Uma data especial para diversos artistas foi comemorada na quinta-feira (27). Nesta ocasião, o Dia do Circo foi celebrado por muitos profissionais que trabalham neste maravilhoso universo da fantasia e do entretenimento. Em Jundiaí, cerca de 150 artistas do circo Stankowich apresentaram o espetáculo ‘Celebration’, que está em cartaz na cidade desde o começo do mês. Para eles, a melhor maneira de comemorar a data foi no picadeiro, já que alegrar o público é a forma mais prazerosa que encontram de ganhar a vida.

Juventude
Muitos profissionais são jovens entre 14 e 31 anos. A maioria desses artistas nasceu no circo, e seus pais e avós já atuavam no picadeiro antes deles chegarem ao mundo. É o caso de Marlon Miranda, 27, o palhaço Panqueca. “Aprendi a ser engraçado com minha família. Já fui mágico, trapezista, malabarista, mas o que me agrada mesmo é fazer o público rir. Esse dom vem do meu pai, que há 52 anos é o palhaço Chumbrega”, revela. Hoje, Marlon tem um filho de um ano, chamado Gustavo. Além de ser alegre como o pai e o avô, o menino é a pequena promessa da família para manter viva a arte do riso.

Compromisso
Quem também nunca viveu fora do picadeiro é Kamila Stankowich. Hoje, aos 31 anos, ela é mágica e tem a responsabilidade de conduzir um trabalho iniciado no século 19, no leste europeu. Foi daquela região que seus antepassados chegaram ao Brasil, em 1856, e deram continuidade ao circo que já funcionava na Romênia. Kamila é da sétima geração de sua família circense. “Gosto muito da minha vida e de conhecer lugares novos. Eu nasci dentro do circo e quero continuar trabalhando até ficar velhinha, como meus avós”, explica.

Estudos
Quem pensa que os artistas de circo não estudam – já que a cada momento estão viajando para apresentar o espetáculo em cidades diferentes – está enganado. Existe uma lei federal que ampara as crianças e os adolescentes filhos dos artistas de circo. “Nós estudamos como as outras crianças, a única diferença é que passamos por diversas escolas, já que o circo sempre muda de cidade”, afirma Kamila.

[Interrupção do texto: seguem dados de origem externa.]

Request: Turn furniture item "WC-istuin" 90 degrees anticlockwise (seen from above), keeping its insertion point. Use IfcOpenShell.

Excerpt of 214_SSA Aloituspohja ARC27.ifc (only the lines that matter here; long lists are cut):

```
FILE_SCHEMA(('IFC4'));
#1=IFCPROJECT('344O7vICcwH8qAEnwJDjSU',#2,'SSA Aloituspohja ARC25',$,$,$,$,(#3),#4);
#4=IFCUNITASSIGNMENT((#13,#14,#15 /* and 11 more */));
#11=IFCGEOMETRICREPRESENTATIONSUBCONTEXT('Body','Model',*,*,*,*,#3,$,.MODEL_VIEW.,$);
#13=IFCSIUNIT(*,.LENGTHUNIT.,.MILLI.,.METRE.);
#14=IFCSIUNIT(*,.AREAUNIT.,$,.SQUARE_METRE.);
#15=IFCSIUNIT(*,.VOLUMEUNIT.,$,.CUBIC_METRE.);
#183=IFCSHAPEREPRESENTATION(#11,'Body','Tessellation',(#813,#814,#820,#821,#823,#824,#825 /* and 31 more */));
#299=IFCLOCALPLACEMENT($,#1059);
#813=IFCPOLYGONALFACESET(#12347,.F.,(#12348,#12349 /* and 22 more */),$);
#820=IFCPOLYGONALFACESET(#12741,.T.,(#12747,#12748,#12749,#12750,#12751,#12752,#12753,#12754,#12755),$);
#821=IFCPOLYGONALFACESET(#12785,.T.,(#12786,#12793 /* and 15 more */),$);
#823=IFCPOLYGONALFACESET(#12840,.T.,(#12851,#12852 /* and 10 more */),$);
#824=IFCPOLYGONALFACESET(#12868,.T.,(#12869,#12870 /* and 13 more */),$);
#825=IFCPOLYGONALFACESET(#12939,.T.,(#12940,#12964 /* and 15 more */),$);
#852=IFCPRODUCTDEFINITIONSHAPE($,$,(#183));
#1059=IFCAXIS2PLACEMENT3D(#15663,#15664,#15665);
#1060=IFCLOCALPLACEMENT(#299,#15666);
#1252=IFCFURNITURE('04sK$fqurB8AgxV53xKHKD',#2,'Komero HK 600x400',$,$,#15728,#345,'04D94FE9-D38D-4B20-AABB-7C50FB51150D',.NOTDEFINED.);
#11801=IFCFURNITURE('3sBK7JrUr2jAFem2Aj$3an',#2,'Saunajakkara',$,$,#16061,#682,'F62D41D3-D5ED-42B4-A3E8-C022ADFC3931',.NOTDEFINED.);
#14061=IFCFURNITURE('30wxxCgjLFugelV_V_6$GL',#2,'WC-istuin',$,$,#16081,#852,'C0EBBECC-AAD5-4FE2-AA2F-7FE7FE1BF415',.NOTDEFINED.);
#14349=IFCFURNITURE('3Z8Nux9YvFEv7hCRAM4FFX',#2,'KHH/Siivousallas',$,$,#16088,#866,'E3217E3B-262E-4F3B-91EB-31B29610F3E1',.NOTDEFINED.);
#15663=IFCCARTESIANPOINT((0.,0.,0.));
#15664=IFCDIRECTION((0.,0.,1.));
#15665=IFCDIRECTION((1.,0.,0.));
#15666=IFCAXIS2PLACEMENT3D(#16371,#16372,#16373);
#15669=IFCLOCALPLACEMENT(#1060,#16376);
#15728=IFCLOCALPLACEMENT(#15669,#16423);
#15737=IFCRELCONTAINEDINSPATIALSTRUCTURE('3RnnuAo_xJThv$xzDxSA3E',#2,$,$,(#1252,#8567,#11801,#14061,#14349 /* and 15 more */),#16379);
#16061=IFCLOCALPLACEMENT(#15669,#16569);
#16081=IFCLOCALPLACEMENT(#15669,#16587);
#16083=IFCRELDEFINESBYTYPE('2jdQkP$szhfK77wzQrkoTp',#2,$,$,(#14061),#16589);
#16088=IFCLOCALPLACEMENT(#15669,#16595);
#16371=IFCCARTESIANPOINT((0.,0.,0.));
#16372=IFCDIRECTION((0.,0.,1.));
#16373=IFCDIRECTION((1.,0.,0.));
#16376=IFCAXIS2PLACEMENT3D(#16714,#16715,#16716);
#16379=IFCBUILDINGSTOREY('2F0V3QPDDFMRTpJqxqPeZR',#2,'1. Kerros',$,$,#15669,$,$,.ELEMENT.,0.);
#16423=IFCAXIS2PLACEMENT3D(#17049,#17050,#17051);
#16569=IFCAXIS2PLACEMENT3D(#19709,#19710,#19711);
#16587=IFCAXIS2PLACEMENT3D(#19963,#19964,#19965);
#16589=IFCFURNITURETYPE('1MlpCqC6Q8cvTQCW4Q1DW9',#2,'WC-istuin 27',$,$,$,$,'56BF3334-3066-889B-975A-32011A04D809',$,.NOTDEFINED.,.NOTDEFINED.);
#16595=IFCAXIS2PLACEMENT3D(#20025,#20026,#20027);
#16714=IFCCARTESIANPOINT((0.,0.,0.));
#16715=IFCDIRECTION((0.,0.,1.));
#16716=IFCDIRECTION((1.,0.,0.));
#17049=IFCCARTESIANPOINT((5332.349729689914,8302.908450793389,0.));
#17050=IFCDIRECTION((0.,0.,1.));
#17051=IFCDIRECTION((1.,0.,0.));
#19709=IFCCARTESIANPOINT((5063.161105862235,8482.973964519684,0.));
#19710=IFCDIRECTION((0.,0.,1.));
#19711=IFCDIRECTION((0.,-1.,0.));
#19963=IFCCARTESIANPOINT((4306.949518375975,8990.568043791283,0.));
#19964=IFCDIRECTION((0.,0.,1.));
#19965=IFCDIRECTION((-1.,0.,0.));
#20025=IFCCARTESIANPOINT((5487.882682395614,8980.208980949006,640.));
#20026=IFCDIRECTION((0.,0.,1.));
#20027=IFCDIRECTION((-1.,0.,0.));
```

```python
import ifcopenshell
import ifcopenshell.api.geometry
import ifcopenshell.util.placement

model = ifcopenshell.open("214_SSA Aloituspohja ARC27.ifc")

item = model.by_id(14061)
matrix = ifcopenshell.util.placement.get_local_placement(item.ObjectPlacement)
matrix = matrix @ ifcopenshell.util.placement.rotation(90, "Z")
ifcopenshell.api.geometry.edit_object_placement(model, product=item, matrix=matrix, is_si=False)

print(ifcopenshell.util.placement.get_local_placement(item.ObjectPlacement).round(3) + 0.0)

model.write("214_SSA Aloituspohja ARC27_v2.ifc")
```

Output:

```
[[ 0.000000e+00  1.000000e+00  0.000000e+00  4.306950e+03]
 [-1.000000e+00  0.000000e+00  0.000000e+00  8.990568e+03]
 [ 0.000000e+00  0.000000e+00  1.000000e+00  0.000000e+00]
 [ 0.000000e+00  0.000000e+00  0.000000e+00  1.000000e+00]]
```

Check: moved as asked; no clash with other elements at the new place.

A jovem é exemplo do que fala. Com 18 anos, ela terminou o ensino médio e, logo depois, fez faculdade de marketing e pós-graduação em administração geral. “Hoje, com a internet, é tudo mais fácil. Eu estudava em casa e, uma vez por mês, ia para a faculdade fazer provas e entregar trabalhos”.

Moradia
Viver no circo é uma experiência única. A cada cidade nova que o grupo visita, os trailers onde moram são levados com a lona gigante que abriga o picadeiro. Dentro de cada trailer, os artistas carregam seus pertences, móveis e objetos. Nada muito diferente do que é encontrado em uma casa convencional. Neste compartimento parecido com um furgão estão computadores, televisores, ar-condicionado, geladeiras, fogões e camas. Com o avanço da tecnologia, os artistas dispõem de algumas regalias, como sinal de TV por satélite e internet móvel.

Fugidinha
O conhecido termo “fugir com o circo” também se faz presente nos bastidores do Stankowich. Com 23 anos, Bruno Souza não fugiu, mas foi emancipado pelos pais para seguir seu sonho de se apresentar pelas regiões do Brasil. Quando tinha 14 anos, o rapaz ficou impressionado com o circo Stankowich, que fazia apresentações em Ipatinga, sua cidade natal no Estado de Minas Gerais. Então, convenceu seus responsáveis a deixá-lo seguir com o grupo. “Hoje sou o palhaço Berinjela. Aqui no circo eu encontrei uma nova família, que cuidou de mim e deu todo o suporte que eu precisava.”

Mudança
Depois de quase um mês em Jundiaí, o circo Stankowich fica na cidade até o fim da próxima semana. Antes de ir embora, todos os artistas precisam se empenhar para desmontar a lona gigante que sustenta o espaço das apresentações. Assim que tudo estiver pronto, eles partem para uma nova cidade, onde vão apresentar seus talentos e conquistar novos admiradores.